Why not avoid constructing the extra arrays?
def updateCentroid(self, label):
sumX=0; sumY=0
N = len( self.clusters[label].points)
for point in self.clusters[label].points:
sumX += point.x
sumY += point.y
self.clusters[label].centroid.x = sumX/N
self.clusters[label].centroid.y = sumY/N
The costly part of your function is most certainly the iteration over the points. Avoid it altogether by making self.clusters[label].points a numpy array itself, and then compute the mean directly on it. For example if points contains X and Y coordinates concatenated in a 1D array:
points = self.clusters[label].points
x_mean = numpy.mean(points[0::2])
y_mean = numpy.mean(points[1::2])
Without extra lists:
def updateCentroid(self, label):
self.clusters[label].centroid.x = numpy.fromiter(point.x for point in self.clusters[label].points, dtype = np.float).mean()
self.clusters[label].centroid.y = numpy.fromiter(point.y for point in self.clusters[label].points, dtype = np.float).mean()

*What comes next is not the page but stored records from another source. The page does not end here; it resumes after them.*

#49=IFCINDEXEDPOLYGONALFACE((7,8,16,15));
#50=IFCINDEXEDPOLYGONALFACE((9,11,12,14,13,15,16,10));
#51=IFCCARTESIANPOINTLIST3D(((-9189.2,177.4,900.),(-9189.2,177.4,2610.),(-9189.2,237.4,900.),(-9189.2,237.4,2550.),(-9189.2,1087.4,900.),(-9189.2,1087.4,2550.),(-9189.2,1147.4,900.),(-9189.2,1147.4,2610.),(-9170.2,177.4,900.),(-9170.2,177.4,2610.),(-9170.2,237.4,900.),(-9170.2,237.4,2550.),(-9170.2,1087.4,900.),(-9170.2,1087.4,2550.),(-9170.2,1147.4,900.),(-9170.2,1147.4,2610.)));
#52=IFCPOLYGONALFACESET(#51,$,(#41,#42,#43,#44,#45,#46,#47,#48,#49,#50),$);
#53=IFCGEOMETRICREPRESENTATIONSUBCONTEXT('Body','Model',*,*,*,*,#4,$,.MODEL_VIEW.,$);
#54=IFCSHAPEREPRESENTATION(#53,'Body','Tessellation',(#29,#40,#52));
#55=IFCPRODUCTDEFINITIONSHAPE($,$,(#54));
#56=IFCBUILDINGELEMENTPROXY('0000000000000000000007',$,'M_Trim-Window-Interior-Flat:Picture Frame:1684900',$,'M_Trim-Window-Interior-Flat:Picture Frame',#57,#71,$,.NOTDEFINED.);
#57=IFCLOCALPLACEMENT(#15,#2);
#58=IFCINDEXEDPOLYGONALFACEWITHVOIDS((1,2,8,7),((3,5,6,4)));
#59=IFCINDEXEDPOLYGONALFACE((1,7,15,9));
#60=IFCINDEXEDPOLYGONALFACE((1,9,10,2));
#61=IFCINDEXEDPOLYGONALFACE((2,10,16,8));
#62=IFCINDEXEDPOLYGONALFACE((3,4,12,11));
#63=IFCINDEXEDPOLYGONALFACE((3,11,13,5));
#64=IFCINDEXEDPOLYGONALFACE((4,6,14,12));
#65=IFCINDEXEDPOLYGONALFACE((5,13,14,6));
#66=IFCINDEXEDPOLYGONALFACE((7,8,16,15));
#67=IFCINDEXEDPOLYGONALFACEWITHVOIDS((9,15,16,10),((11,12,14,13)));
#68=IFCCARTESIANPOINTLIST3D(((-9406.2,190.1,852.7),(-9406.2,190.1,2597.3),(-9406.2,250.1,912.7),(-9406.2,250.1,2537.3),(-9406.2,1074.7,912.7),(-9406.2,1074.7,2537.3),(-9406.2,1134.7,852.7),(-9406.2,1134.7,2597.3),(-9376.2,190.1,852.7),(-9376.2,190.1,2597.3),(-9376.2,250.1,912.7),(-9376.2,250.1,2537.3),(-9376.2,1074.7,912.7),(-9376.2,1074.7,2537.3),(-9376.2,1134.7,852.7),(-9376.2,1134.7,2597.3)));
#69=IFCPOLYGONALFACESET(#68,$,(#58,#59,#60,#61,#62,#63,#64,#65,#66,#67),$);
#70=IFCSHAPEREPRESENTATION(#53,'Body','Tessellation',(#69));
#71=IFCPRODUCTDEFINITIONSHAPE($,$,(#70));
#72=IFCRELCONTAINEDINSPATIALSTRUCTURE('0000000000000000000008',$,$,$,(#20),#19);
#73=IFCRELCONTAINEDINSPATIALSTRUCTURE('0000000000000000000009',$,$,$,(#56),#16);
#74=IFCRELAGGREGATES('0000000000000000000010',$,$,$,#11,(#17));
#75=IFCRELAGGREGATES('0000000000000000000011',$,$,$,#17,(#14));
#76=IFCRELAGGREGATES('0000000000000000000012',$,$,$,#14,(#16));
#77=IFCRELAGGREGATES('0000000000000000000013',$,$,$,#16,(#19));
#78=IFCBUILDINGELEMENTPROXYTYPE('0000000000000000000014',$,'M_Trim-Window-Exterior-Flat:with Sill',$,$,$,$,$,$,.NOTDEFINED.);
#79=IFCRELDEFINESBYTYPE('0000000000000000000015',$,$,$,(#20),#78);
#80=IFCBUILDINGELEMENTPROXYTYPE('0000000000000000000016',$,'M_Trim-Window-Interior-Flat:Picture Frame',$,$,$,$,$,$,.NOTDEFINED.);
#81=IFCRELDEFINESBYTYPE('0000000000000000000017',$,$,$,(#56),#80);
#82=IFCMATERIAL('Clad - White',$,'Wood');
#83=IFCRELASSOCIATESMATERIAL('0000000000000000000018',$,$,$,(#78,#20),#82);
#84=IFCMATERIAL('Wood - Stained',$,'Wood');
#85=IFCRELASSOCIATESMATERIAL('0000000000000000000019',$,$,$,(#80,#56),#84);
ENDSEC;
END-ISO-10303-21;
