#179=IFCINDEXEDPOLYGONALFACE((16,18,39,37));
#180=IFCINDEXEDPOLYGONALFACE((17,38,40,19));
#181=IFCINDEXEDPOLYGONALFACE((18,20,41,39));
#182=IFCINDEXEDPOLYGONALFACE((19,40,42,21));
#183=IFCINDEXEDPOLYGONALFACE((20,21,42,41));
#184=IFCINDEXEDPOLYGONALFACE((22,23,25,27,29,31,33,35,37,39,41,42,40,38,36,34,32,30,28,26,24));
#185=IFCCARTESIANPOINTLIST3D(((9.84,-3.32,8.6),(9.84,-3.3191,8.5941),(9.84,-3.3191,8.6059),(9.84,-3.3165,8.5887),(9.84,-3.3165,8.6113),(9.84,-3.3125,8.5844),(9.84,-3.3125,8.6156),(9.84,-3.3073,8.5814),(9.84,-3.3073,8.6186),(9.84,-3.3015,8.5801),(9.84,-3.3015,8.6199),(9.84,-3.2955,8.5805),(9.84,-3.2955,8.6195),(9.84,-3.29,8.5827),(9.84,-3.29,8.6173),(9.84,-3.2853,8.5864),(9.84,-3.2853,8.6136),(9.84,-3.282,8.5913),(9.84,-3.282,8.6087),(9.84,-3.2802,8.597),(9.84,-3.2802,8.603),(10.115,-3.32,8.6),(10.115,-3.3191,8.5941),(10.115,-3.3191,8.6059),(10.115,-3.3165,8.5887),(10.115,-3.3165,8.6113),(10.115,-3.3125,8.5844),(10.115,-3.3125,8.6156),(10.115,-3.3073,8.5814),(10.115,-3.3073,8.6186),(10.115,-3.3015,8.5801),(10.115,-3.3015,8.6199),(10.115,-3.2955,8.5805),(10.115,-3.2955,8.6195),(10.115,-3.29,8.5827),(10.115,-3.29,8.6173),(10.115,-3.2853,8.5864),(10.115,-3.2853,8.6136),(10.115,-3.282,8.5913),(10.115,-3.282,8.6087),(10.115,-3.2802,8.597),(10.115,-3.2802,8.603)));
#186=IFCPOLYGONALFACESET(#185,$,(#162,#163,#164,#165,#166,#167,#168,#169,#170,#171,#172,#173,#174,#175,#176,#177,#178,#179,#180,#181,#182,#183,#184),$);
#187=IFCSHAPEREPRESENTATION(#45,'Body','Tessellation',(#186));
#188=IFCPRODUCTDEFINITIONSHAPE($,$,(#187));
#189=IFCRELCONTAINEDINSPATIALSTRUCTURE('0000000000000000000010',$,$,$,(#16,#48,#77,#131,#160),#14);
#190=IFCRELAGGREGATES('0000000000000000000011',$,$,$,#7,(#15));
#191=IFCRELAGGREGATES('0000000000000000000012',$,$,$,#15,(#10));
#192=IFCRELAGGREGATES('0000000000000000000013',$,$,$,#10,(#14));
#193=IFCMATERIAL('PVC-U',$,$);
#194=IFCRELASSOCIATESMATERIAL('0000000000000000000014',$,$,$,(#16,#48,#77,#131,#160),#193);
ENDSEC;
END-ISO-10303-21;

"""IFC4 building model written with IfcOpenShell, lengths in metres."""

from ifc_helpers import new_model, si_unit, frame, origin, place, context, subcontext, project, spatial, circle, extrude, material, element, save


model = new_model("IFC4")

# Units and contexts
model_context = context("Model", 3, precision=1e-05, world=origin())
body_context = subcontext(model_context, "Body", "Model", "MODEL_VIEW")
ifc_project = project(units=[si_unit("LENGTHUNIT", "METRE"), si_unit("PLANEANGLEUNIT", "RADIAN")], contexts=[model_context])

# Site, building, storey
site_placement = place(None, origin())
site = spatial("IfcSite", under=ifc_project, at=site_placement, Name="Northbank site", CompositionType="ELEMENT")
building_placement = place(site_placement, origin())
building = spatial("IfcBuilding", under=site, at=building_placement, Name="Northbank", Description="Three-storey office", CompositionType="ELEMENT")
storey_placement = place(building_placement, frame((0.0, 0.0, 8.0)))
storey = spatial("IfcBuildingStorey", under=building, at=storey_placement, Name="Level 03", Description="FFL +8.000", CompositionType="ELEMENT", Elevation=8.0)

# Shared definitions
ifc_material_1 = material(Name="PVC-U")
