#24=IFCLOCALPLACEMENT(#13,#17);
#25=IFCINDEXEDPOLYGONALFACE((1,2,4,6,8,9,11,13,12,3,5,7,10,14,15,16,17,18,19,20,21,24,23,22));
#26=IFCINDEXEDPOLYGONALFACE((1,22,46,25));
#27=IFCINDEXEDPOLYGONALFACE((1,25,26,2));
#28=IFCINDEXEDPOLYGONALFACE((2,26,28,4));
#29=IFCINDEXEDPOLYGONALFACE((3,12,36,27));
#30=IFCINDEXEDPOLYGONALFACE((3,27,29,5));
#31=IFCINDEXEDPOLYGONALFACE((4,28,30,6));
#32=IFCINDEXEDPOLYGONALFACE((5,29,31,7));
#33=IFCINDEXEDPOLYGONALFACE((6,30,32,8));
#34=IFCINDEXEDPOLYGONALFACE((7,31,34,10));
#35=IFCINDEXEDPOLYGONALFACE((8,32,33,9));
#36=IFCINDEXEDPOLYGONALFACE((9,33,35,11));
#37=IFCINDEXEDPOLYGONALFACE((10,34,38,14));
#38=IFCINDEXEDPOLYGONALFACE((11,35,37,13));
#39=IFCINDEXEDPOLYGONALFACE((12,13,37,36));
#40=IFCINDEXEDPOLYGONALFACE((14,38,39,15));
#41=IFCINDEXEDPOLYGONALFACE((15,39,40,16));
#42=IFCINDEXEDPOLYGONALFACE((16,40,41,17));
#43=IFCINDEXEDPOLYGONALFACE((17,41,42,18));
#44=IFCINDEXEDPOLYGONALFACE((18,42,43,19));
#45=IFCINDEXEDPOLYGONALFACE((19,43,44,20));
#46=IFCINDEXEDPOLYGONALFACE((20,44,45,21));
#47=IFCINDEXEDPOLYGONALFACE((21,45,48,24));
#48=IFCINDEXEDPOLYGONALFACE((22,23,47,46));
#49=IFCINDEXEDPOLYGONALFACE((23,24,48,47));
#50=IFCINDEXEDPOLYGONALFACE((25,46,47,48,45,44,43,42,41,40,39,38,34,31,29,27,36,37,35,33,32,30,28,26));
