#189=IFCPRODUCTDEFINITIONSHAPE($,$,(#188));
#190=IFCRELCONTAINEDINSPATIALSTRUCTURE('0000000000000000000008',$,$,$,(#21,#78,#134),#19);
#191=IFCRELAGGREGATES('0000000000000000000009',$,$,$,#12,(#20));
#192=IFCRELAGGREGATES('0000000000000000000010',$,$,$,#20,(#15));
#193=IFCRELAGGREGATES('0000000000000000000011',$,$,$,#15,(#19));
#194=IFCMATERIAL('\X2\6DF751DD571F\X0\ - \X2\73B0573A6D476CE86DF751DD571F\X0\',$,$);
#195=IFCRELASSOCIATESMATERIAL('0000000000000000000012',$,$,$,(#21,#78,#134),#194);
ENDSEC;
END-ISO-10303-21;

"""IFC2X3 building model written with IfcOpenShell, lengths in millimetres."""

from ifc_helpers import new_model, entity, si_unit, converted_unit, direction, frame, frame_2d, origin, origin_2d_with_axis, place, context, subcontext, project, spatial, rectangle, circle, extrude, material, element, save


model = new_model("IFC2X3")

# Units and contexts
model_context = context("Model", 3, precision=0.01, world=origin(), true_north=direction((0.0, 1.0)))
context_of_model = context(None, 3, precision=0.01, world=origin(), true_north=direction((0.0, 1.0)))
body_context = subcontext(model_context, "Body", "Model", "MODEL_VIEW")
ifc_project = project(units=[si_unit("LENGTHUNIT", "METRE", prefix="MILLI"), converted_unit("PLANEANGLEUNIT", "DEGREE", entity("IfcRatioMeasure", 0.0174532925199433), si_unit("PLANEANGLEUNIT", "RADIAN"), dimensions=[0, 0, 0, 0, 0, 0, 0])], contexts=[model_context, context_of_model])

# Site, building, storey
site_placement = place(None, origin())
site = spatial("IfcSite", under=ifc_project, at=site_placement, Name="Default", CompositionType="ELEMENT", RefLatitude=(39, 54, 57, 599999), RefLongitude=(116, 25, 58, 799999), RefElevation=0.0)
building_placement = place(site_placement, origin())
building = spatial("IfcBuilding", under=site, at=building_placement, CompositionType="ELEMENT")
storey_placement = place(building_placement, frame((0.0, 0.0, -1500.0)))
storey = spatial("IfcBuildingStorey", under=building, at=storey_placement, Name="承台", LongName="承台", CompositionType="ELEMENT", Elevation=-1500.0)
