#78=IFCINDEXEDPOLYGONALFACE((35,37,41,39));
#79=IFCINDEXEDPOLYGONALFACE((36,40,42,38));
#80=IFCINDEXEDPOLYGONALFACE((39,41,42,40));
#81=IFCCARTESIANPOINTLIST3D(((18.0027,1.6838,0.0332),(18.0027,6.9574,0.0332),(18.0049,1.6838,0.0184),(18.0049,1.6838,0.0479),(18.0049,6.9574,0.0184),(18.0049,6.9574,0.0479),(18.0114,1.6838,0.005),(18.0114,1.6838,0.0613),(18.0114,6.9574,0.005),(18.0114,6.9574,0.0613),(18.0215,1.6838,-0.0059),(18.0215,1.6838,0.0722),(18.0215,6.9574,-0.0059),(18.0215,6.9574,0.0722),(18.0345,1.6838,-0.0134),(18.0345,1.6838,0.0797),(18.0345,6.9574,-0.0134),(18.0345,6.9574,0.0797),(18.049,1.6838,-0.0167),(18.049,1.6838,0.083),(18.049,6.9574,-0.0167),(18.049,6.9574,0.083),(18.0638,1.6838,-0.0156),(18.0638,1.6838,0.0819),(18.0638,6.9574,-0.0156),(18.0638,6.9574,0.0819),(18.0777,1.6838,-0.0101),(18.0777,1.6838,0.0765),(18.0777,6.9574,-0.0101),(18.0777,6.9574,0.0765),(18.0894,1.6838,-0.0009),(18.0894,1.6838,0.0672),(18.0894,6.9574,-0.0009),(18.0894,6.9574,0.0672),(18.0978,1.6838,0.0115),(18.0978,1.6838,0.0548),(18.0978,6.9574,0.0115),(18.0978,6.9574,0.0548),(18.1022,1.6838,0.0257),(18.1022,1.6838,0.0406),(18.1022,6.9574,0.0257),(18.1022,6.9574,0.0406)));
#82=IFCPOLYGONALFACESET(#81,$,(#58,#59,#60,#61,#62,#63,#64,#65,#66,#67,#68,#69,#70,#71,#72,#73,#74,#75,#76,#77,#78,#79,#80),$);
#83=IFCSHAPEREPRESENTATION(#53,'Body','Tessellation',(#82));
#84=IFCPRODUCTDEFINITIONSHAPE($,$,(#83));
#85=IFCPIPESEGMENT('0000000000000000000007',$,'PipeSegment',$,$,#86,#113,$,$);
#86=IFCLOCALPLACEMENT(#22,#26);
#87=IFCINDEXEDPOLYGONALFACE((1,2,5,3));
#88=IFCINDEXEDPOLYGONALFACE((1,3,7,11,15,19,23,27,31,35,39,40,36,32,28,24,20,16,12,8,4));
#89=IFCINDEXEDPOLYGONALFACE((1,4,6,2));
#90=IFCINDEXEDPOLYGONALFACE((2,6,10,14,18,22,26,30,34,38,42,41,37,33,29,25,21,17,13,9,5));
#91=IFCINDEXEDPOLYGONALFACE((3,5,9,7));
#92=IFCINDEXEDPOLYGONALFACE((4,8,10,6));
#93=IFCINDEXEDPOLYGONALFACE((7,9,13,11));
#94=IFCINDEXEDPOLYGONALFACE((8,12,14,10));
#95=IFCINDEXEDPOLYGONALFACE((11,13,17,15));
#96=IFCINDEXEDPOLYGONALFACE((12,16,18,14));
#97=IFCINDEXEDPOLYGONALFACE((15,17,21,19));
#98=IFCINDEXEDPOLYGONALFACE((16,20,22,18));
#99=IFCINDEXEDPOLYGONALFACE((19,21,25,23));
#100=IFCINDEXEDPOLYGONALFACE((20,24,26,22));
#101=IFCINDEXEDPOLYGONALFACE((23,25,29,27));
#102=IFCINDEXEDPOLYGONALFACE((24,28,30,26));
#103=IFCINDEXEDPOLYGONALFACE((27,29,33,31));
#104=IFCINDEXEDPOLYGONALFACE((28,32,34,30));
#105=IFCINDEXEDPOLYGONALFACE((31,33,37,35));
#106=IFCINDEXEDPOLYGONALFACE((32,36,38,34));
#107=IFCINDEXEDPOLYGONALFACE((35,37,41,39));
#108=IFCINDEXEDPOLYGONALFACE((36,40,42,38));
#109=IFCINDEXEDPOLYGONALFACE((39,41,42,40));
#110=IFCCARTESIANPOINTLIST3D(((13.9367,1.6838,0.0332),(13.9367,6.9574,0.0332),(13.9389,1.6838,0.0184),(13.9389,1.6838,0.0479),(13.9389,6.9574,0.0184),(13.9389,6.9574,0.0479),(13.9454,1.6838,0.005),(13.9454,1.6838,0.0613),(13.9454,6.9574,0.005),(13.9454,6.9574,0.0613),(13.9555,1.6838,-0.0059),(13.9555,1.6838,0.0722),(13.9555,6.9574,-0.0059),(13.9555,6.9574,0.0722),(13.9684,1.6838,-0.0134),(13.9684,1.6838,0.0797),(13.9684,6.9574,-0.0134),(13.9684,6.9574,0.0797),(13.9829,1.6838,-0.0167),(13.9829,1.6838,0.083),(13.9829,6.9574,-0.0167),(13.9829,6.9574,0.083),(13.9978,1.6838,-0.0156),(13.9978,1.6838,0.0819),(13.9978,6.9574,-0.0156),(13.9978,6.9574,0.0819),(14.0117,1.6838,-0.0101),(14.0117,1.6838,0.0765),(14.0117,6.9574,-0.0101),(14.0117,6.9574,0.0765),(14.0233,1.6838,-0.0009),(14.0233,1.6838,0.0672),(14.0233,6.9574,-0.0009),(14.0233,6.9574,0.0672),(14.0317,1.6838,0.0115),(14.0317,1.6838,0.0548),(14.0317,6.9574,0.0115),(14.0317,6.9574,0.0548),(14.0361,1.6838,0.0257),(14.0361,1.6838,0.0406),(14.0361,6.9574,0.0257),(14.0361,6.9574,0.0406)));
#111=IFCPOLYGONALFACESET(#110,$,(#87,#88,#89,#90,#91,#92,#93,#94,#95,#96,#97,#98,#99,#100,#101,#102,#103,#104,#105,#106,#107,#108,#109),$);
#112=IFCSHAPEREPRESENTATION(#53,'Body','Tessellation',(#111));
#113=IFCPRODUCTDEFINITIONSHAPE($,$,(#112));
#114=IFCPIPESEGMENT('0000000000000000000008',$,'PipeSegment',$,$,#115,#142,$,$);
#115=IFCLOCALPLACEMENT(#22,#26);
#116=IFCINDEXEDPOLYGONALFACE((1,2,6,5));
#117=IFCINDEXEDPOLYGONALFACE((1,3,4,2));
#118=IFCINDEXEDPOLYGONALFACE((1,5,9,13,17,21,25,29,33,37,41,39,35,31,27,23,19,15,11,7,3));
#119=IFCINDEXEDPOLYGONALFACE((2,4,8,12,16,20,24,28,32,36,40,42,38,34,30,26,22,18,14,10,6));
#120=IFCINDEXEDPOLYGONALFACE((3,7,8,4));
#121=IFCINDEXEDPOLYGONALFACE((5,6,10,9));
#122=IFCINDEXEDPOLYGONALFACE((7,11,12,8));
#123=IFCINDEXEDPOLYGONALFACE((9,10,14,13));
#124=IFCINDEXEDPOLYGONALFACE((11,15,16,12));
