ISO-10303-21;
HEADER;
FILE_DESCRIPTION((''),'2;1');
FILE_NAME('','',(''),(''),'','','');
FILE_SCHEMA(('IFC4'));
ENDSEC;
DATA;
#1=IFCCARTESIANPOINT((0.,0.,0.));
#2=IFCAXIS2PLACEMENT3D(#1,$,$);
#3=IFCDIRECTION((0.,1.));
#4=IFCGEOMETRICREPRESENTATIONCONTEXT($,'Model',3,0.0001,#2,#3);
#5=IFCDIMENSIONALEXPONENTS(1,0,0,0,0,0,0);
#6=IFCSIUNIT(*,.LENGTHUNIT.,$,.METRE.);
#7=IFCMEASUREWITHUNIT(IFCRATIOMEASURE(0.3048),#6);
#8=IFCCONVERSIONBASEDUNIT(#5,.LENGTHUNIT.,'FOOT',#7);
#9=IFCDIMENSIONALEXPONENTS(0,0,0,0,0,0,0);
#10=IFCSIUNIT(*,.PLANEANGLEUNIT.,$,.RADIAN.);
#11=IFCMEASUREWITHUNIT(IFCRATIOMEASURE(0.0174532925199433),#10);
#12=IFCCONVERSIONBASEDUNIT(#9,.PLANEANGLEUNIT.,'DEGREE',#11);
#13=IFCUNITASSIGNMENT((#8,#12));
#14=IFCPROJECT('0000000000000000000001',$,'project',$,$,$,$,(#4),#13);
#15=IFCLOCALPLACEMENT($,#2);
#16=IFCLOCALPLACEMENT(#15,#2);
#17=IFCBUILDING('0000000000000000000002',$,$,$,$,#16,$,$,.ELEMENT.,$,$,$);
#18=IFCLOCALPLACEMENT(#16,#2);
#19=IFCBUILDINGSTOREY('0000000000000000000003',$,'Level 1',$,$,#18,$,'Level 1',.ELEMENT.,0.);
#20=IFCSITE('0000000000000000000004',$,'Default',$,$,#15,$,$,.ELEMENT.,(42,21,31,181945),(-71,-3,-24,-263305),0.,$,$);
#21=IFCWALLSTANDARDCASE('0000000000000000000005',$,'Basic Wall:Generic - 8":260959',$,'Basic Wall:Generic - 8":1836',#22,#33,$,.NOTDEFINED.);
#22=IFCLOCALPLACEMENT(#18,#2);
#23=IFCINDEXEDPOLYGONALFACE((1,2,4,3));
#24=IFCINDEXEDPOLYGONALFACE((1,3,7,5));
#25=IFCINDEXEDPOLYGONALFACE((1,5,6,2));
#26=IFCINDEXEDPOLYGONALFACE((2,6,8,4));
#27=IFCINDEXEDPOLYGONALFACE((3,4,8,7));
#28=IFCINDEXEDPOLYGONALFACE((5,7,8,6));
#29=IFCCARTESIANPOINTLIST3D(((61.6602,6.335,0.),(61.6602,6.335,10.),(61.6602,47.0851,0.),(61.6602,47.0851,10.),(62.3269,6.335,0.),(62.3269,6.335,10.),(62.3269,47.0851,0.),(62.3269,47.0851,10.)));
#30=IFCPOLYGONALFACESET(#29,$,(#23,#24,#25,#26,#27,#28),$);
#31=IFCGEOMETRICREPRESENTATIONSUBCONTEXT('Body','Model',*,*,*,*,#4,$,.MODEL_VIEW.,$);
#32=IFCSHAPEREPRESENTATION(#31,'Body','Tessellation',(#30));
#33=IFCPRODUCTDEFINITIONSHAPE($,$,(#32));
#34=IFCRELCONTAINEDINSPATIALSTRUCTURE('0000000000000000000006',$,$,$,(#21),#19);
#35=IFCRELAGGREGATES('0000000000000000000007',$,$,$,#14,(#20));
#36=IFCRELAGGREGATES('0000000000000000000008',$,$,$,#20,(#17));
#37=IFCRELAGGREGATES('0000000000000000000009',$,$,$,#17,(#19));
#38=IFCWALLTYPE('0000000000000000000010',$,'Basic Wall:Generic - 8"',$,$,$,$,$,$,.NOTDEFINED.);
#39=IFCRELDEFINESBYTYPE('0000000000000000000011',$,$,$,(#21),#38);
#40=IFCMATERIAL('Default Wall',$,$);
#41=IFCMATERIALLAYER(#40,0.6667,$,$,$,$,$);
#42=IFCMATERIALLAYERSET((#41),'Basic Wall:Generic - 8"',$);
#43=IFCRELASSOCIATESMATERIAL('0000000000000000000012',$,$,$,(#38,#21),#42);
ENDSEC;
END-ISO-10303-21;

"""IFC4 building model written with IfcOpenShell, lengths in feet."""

from ifc_helpers import new_model, entity, si_unit, converted_unit, direction, frame, frame_2d, origin, place, context, subcontext, project, spatial, rectangle, extrude, material, layer, layer_set, layer_usage, type_object, element, save


model = new_model("IFC4")

# Units and contexts
model_context = context("Model", 3, precision=0.0001, world=origin(), true_north=direction((0.0, 1.0)))
body_context = subcontext(model_context, "Body", "Model", "MODEL_VIEW")
ifc_project = project(units=[converted_unit("LENGTHUNIT", "FOOT", entity("IfcRatioMeasure", 0.3048), si_unit("LENGTHUNIT", "METRE"), dimensions=[1, 0, 0, 0, 0, 0, 0]), converted_unit("PLANEANGLEUNIT", "DEGREE", entity("IfcRatioMeasure", 0.0174532925199433), si_unit("PLANEANGLEUNIT", "RADIAN"), dimensions=[0, 0, 0, 0, 0, 0, 0])], contexts=[model_context])

# Site, building, storey
site_placement = place(None, origin())
site = spatial("IfcSite", under=ifc_project, at=site_placement, Name="Default", CompositionType="ELEMENT", RefLatitude=(42, 21, 31, 181945), RefLongitude=(-71, -3, -24, -263305), RefElevation=0.0)
building_placement = place(site_placement, origin())
building = spatial("IfcBuilding", under=site, at=building_placement, CompositionType="ELEMENT")
storey_placement = place(building_placement, origin())
storey = spatial("IfcBuildingStorey", under=building, at=storey_placement, Name="Level 1", LongName="Level 1", CompositionType="ELEMENT", Elevation=0.0)

# Wall
ifc_material_1 = material(Name="Default Wall")
ifc_layer = layer(ifc_material_1, 0.6667)
ifc_layer_set = layer_set([ifc_layer], Name="Basic Wall:Generic - 8\"")
ifc_layer_usage = layer_usage(ifc_layer_set, "AXIS2", "NEGATIVE", 0.3333)
wall_type = type_object("IfcWallType", Name="Basic Wall:Generic - 8\"", PredefinedType="NOTDEFINED", material=ifc_layer_set)
wall_placement = place(storey_placement, frame((61.9936, 47.0851, 0.0), z_axis=(0.0, 0.0, 1.0), x_axis=(0.0, -1.0, 0.0)))
element("IfcWallStandardCase", 1, at=wall_placement, inside=storey, type_object=wall_type, material=ifc_layer_usage, Name="Basic Wall:Generic - 8\":260959", ObjectType="Basic Wall:Generic - 8\":1836", PredefinedType="NOTDEFINED", context=body_context, shape_type="SweptSolid", body=[
    extrude(rectangle(XDim=40.7501, YDim=0.6667, at=frame_2d((20.375, 0.0), x_axis=(-1.0, 0.0))), origin(), (0.0, 0.0, 1.0), 10.0),
])

save(model, "model.ifc")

Perhaps the added features of numpy's mean are adding a bit of overhead.
>>> def myMean(itr):
... c = t = 0
... for item in itr:
... c += 1
... t += item
... return t / c
...
>>> import timeit
>>> a = range(20)
>>> t1 = timeit.Timer("myMean(a)","from __main__ import myMean, a")
>>> t1.timeit()
6.8293311595916748
>>> t2 = timeit.Timer("average(a)","from __main__ import a; from numpy import average")
>>> t2.timeit()
69.697283029556274
>>> t3 = timeit.Timer("average(array(a))","from __main__ import a; from numpy import average, array")
>>> t3.timeit()
51.65147590637207
>>> t4 = timeit.Timer("fromiter(a,npfloat).mean()","from __main__ import a; from numpy import average, fromiter,float as npfloat")
>>> t4.timeit()
18.513712167739868
Looks like numpy's best performance came when using fromiter.
Ok, I figured out a moving average solution which is fast without changing the data structures:
def updateCentroid(self, label):
cluster = self.clusters[label]
n = len(cluster.points)
cluster.centroid.x = ((n-1)*cluster.centroid.x + cluster.points[n-1].x)/n
cluster.centroid.y = ((n-1)*cluster.centroid.y + cluster.points[n-1].y)/n
This lowered computation time (for the whole k means algorithm) to 13% of original. =)
Thank you all for some great insight!
Try this:
def updateCentroid(self, label):
self.clusters[label].centroid.x = numpy.array([point.x for point in self.clusters[label].points]).mean()
self.clusters[label].centroid.y = numpy.array([point.y for point in self.clusters[label].points]).mean()
That's the problem with profilers that only tell you about functions. This is the method I use, and it pinpoints costly lines of code, including points where functions are called.
That said, there's a general idea that data structure is free. As #Michael-Anderson asked, why not avoid making an array? That's the first thing I saw in your code, that you're building arrays by appending. You don't need to.
One way to go is add an x_sum and y_sum to your "clusters" object and sum the coordinates as points are added. If things are moving around, you can also update the sum as points move. Then getting the centroid is just a matter of dividing the x_sum and y_sum by the number of points. If your points are numpy vectors that can be added, then you don't even need to sum the components, just maintain a sum of all the vectors and multiply be 1/len at the end.